For me, after turning yellow and having my bile duct stented (a scraping taken during the stenting revealed my cancer), everything happened in blinding succession. After quick meetings with my surgeon, and the doctor who would administer my chemo, along with the one who would radiate me, everything happened all at once. I had a several-hour Whipple procedure to extract a 1 cm tumor sucked up to my bile duct, followed by 30 radiation sessions augmented with a chemo pump followed up with six more chemo sessions. Most will tell you “cancer-time” is surreal. So much is happening, it’s hard to keep track of all the appointments, the scans, and the tests, it seems endless and worse, never-ending. I vaguely recall my last chemo session some 10 years ago, but I still have my rather cheesy, yet cherished, completion certificate stashed away. It’s not lost on me to still be around when few see two years, and most don’t see five, making me not only a unicorn, but a multi-colored one.
Why I survived this remains a mystery, as I had no special treatment. Being far too sick, and unable to travel, I couldn’t participate in a cancer trial with some exotic yet-to-go-to-market wonder drug. Other than attributing my survival to having an experienced surgeon who I recently found out had done more than 600 Whipple procedures, it is hard to say why I have survived thus far. In trying to understand, a couple of years ago I participated in a full genetic study where they looked at 84 genes but found nothing spurious. So, who knows why I beat the odds and survived? I can tell you this unicorn is showing all his colors.
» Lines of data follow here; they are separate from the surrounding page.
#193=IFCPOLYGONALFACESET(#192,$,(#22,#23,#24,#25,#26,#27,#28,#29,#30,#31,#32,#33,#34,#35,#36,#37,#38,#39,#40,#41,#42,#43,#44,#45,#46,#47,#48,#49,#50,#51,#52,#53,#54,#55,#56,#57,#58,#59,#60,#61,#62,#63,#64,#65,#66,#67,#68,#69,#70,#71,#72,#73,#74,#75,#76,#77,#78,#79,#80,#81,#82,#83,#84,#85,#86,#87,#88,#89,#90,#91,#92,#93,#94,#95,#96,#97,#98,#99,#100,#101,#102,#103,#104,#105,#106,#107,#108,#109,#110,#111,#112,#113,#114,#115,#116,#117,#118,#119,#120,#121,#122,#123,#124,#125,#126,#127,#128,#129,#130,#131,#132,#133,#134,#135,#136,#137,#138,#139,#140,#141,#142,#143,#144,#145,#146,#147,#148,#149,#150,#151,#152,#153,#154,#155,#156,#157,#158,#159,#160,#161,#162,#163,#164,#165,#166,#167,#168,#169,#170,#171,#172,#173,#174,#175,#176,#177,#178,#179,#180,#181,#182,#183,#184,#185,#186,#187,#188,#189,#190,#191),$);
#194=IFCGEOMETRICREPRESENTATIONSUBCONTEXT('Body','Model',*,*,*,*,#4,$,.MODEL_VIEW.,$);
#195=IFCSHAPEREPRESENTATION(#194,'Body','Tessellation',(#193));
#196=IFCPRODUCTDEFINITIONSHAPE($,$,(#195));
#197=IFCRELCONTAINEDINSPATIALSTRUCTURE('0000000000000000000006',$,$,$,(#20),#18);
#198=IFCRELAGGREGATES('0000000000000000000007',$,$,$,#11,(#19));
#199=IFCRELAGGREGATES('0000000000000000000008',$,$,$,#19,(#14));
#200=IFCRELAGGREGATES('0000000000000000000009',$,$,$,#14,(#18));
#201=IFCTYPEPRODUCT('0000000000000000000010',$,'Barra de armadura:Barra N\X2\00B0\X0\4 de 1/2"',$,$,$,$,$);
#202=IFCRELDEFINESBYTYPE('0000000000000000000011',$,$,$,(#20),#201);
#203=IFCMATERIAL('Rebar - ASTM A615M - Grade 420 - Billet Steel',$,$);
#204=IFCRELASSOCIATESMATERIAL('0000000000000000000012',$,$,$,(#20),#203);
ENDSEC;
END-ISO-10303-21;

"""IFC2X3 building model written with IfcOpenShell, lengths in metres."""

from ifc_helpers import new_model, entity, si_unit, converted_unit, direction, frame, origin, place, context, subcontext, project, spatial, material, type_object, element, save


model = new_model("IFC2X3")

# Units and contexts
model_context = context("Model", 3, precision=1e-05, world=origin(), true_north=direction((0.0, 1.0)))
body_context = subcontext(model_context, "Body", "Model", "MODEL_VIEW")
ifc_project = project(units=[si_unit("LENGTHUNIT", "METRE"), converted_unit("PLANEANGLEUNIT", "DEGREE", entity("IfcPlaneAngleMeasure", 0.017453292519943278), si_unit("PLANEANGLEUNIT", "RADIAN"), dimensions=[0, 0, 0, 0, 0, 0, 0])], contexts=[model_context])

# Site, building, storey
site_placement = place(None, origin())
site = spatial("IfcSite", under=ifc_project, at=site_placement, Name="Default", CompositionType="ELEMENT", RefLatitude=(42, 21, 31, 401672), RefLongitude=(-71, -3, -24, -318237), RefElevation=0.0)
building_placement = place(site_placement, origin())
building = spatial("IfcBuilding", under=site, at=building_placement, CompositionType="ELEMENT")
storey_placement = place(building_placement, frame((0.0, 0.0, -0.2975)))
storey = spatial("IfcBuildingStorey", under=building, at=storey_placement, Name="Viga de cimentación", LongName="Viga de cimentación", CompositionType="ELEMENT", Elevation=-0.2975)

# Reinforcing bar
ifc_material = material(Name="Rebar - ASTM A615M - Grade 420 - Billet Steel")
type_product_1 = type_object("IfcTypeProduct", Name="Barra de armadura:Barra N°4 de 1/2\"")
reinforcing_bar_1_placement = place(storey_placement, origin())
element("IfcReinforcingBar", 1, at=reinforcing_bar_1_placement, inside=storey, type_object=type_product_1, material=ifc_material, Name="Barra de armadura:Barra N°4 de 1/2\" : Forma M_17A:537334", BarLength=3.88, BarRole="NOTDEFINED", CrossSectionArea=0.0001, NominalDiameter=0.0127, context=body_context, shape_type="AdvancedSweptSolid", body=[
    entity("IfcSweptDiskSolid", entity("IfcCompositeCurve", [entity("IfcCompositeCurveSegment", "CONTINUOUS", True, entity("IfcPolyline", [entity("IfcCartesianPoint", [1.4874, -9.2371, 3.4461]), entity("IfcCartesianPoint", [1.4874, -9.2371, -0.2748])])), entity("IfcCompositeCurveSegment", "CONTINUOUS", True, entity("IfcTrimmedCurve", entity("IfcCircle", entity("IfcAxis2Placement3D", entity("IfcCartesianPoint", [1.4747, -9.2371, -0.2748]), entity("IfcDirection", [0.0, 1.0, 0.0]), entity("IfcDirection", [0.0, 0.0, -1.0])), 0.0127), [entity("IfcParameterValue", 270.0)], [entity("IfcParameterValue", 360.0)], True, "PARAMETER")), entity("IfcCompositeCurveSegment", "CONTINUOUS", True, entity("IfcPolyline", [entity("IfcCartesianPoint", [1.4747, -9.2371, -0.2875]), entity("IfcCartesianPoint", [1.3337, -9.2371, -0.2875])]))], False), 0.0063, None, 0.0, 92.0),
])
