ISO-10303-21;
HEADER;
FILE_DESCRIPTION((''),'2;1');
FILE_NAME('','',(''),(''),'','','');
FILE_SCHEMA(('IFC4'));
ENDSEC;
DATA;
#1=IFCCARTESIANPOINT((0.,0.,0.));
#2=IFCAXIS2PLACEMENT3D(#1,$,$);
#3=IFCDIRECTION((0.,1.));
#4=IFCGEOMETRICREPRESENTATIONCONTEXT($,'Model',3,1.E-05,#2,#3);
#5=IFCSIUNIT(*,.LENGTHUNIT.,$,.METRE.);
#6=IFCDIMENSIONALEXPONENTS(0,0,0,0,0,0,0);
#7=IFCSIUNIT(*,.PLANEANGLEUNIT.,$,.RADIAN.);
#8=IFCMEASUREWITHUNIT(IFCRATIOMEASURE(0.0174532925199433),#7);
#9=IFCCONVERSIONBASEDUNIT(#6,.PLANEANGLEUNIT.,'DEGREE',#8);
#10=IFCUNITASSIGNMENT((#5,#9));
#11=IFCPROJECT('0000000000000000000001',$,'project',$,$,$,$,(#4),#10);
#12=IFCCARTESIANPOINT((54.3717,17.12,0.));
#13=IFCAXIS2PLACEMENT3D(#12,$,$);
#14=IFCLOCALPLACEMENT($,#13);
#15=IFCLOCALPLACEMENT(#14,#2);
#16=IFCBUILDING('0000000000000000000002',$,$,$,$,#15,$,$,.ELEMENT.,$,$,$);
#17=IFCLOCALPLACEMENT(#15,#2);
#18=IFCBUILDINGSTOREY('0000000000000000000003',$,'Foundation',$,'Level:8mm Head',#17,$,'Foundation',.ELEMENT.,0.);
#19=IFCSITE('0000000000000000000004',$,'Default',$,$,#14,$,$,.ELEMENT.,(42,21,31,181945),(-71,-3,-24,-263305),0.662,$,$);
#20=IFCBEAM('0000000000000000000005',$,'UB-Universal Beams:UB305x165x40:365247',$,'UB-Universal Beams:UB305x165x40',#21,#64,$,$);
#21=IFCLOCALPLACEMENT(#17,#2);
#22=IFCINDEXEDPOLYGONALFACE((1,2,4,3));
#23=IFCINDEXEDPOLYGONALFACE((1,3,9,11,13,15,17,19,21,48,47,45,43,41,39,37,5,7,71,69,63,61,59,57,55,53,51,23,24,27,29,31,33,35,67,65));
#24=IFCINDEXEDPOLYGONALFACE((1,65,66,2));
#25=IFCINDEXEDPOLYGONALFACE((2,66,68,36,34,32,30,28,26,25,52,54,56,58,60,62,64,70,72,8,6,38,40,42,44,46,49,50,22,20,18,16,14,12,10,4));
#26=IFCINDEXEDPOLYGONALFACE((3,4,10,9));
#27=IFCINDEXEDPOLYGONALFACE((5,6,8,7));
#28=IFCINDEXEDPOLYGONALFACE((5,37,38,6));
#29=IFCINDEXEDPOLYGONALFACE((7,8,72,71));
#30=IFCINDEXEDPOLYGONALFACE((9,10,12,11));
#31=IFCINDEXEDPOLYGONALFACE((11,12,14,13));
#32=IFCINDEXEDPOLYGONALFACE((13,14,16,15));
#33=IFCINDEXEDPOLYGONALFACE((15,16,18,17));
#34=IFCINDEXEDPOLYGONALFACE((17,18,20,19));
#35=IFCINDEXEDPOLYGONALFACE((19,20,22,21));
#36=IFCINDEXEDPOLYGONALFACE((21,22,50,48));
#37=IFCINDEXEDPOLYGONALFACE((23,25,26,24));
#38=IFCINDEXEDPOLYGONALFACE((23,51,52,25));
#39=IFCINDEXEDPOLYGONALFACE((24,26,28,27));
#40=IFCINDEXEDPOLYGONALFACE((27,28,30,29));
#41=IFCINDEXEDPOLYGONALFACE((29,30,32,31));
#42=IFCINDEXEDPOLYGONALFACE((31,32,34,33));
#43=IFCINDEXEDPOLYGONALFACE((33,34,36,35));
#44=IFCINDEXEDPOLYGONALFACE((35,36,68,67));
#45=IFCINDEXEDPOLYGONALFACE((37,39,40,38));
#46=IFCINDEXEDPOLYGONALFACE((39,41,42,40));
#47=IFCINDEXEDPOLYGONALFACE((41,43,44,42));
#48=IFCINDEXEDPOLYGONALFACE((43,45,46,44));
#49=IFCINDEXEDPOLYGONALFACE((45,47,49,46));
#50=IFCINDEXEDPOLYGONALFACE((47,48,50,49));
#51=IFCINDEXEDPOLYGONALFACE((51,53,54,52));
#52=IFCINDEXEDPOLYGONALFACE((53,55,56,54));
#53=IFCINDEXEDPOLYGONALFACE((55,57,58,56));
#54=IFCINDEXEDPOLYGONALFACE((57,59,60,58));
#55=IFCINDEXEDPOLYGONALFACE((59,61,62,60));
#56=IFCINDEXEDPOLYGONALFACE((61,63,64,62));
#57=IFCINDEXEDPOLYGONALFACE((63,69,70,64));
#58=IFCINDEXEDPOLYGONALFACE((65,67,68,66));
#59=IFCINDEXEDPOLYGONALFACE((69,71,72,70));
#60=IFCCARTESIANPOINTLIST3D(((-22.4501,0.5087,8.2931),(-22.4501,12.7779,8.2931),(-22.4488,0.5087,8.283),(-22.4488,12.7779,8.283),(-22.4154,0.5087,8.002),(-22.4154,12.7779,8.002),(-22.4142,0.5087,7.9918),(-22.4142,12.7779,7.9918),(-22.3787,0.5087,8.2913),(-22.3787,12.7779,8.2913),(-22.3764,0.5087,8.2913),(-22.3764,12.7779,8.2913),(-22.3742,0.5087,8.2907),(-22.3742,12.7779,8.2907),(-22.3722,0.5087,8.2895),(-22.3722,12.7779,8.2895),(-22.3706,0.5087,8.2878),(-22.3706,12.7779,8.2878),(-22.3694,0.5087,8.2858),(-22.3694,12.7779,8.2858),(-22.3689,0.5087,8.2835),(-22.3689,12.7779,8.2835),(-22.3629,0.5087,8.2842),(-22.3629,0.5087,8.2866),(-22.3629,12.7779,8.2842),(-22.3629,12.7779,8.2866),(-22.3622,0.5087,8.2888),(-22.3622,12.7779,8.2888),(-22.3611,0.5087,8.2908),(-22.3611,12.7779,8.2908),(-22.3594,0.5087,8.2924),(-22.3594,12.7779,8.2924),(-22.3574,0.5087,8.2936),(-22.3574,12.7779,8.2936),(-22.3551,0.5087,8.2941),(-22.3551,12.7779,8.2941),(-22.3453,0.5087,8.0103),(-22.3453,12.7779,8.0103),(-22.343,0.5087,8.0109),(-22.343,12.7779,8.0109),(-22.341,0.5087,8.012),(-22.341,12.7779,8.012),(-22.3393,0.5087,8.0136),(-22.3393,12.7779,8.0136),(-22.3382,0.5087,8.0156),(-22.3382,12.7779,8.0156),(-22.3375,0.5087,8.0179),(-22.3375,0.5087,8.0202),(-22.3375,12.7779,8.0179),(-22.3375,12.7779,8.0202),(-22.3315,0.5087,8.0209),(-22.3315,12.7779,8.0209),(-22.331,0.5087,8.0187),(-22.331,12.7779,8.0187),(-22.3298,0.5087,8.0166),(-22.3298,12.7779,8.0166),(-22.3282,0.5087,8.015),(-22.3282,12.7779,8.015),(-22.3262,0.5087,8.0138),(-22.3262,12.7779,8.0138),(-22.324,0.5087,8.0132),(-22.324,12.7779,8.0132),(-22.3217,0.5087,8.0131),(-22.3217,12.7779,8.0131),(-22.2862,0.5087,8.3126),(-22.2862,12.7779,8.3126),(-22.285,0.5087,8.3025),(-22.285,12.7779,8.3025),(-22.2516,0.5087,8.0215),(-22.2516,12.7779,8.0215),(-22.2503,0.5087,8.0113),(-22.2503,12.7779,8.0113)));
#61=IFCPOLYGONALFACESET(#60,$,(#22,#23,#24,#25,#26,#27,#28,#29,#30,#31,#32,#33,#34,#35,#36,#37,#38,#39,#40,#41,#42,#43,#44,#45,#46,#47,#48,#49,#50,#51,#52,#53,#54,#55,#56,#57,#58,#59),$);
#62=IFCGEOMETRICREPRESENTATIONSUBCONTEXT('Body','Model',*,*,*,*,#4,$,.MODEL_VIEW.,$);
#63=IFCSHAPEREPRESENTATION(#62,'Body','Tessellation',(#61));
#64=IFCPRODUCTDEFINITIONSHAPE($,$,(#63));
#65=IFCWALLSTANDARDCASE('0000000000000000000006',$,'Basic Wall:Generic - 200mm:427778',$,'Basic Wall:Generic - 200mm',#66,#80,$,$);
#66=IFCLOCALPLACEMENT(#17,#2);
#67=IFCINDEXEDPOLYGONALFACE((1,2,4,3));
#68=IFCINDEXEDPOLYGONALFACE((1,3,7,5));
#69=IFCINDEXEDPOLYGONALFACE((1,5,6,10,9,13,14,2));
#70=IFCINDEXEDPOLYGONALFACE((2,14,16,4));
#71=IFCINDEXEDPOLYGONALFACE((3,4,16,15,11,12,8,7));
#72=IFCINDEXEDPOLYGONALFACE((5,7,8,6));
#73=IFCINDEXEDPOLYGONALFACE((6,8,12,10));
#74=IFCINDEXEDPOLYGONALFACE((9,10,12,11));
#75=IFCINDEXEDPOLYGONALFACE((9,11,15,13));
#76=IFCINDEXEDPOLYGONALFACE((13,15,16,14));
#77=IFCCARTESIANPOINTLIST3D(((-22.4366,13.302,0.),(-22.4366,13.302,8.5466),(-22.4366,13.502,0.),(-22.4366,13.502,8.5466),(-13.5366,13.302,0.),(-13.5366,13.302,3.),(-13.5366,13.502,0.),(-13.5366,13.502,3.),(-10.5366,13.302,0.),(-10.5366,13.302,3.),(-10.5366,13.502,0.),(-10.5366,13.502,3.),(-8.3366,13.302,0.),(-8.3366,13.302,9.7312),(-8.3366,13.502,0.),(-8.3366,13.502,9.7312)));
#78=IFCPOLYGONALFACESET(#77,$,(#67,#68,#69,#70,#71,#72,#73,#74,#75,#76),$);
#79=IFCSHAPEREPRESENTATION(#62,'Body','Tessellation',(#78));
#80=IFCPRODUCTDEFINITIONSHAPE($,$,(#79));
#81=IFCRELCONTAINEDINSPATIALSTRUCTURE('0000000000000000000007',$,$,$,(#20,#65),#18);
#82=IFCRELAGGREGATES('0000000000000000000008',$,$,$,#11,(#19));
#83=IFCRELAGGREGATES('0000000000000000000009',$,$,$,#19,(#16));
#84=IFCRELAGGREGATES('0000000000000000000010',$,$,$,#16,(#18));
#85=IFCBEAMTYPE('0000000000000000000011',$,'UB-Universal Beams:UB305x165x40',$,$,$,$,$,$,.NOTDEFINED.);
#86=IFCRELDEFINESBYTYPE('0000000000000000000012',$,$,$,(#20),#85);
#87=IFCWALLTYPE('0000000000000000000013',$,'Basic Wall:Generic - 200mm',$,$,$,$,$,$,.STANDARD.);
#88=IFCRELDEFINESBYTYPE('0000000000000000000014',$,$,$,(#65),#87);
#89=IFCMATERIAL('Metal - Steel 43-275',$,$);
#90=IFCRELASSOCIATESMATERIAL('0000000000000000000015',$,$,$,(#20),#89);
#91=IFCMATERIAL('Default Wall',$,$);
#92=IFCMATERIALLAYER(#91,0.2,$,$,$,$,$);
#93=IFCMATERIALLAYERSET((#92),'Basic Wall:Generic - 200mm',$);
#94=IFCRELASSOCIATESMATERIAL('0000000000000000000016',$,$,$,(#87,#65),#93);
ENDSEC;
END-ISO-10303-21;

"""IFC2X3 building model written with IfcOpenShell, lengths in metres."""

from ifc_helpers import new_model, entity, si_unit, converted_unit, direction, frame, frame_2d, origin, place, context, subcontext, project, spatial, polyline, circle_curve, parameter, trimmed, segment, composite_curve, rectangle, outline, extrude, clip, halfspace, material, layer, layer_set, layer_usage, type_object, element, save


model = new_model("IFC2X3")

# Units and contexts
model_context = context("Model", 3, precision=1e-05, world=origin(), true_north=direction((0.0, 1.0)))
body_context = subcontext(model_context, "Body", "Model", "MODEL_VIEW")
ifc_project = project(units=[si_unit("LENGTHUNIT", "METRE"), converted_unit("PLANEANGLEUNIT", "DEGREE", entity("IfcRatioMeasure", 0.0174532925199433), si_unit("PLANEANGLEUNIT", "RADIAN"), dimensions=[0, 0, 0, 0, 0, 0, 0])], contexts=[model_context])

# Site, building, storey
site_placement = place(None, frame((54.3717, 17.12, 0.0)))
site = spatial("IfcSite", under=ifc_project, at=site_placement, Name="Default", CompositionType="ELEMENT", RefLatitude=(42, 21, 31, 181945), RefLongitude=(-71, -3, -24, -263305), RefElevation=0.662)
building_placement = place(site_placement, origin())
building = spatial("IfcBuilding", under=site, at=building_placement, CompositionType="ELEMENT")
storey_placement = place(building_placement, origin())
storey = spatial("IfcBuildingStorey", under=building, at=storey_placement, Name="Foundation", ObjectType="Level:8mm Head", LongName="Foundation", CompositionType="ELEMENT", Elevation=0.0)

# Shared definitions
ifc_material_1 = material(Name="Metal - Steel 43-275")

# Beam
beam_type = type_object("IfcBeamType", Name="UB-Universal Beams:UB305x165x40", PredefinedType="NOTDEFINED")
beam_placement = place(storey_placement, frame((-22.3321, 12.9433, 8.0), z_axis=(0.0, 0.0, 1.0), x_axis=(0.0, -1.0, 0.0)))
element("IfcBeam", 1, at=beam_placement, inside=storey, type_object=beam_type, material=ifc_material_1, Name="UB-Universal Beams:UB305x165x40:365247", ObjectType="UB-Universal Beams:UB305x165x40", context=body_context, shape_type="SweptSolid", body=[
    extrude(outline(composite_curve([segment(polyline([(-0.0825, -0.1415), (-0.0825, -0.1517)]), True, "CONTINUOUS"), segment(polyline([(-0.0825, -0.1517), (0.0825, -0.1517)]), True, "CONTINUOUS"), segment(polyline([(0.0825, -0.1517), (0.0825, -0.1415)]), True, "CONTINUOUS"), segment(polyline([(0.0825, -0.1415), (0.0119, -0.1415)]), True, "CONTINUOUS"), segment(trimmed(circle_curve(frame_2d((0.0119, -0.1326), x_axis=(-1.0, 0.0)), 0.0089), [parameter(0.0)], [parameter(90.0)], True, "PARAMETER"), False, "CONTINUOUS"), segment(polyline([(0.003, -0.1326), (0.003, 0.1326)]), True, "CONTINUOUS"), segment(trimmed(circle_curve(frame_2d((0.0119, 0.1326), x_axis=(0.0, 1.0)), 0.0089), [parameter(0.0)], [parameter(90.0)], True, "PARAMETER"), False, "CONTINUOUS"), segment(polyline([(0.0119, 0.1415), (0.0825, 0.1415)]), True, "CONTINUOUS"), segment(polyline([(0.0825, 0.1415), (0.0825, 0.1517)]), True, "CONTINUOUS"), segment(polyline([(0.0825, 0.1517), (-0.0825, 0.1517)]), True, "CONTINUOUS"), segment(polyline([(-0.0825, 0.1517), (-0.0825, 0.1415)]), True, "CONTINUOUS"), segment(polyline([(-0.0825, 0.1415), (-0.0119, 0.1415)]), True, "CONTINUOUS"), segment(trimmed(circle_curve(frame_2d((-0.0119, 0.1326), x_axis=(1.0, 0.0)), 0.0089), [parameter(0.0)], [parameter(90.0)], True, "PARAMETER"), False, "CONTINUOUS"), segment(polyline([(-0.003, 0.1326), (-0.003, -0.1326)]), True, "CONTINUOUS"), segment(trimmed(circle_curve(frame_2d((-0.0119, -0.1326), x_axis=(0.0, -1.0)), 0.0089), [parameter(0.0)], [parameter(90.0)], True, "PARAMETER"), False, "CONTINUOUS"), segment(polyline([(-0.0119, -0.1415), (-0.0825, -0.1415)]), True, "CONTINUOUS")], self_intersect=False)), frame((0.1654, -0.0181, 0.1522), z_axis=(-1.0, 0.0, 0.0), x_axis=(0.0, -0.992988, -0.118213)), (0.0, 0.0, -1.0), 12.2692),
])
Every six months, I have follow-ups to make sure my cancer remains at bay. Nothing is easy about these things. Like most cancer survivors, I dread them, but I know they are a must. My life may depend on them finding a new outbreak of cancer and restarting my treatment post haste. I hope never to hear the second most dreaded words one can hear from a doctor, “I’m sorry your cancer has returned.” If I get those words, make no mistake, I will be back in fight mode.
And oh, by the way, I got to be there for two of my daughters' weddings when I didn’t expect to be there. I’m holding out for the third, my baby.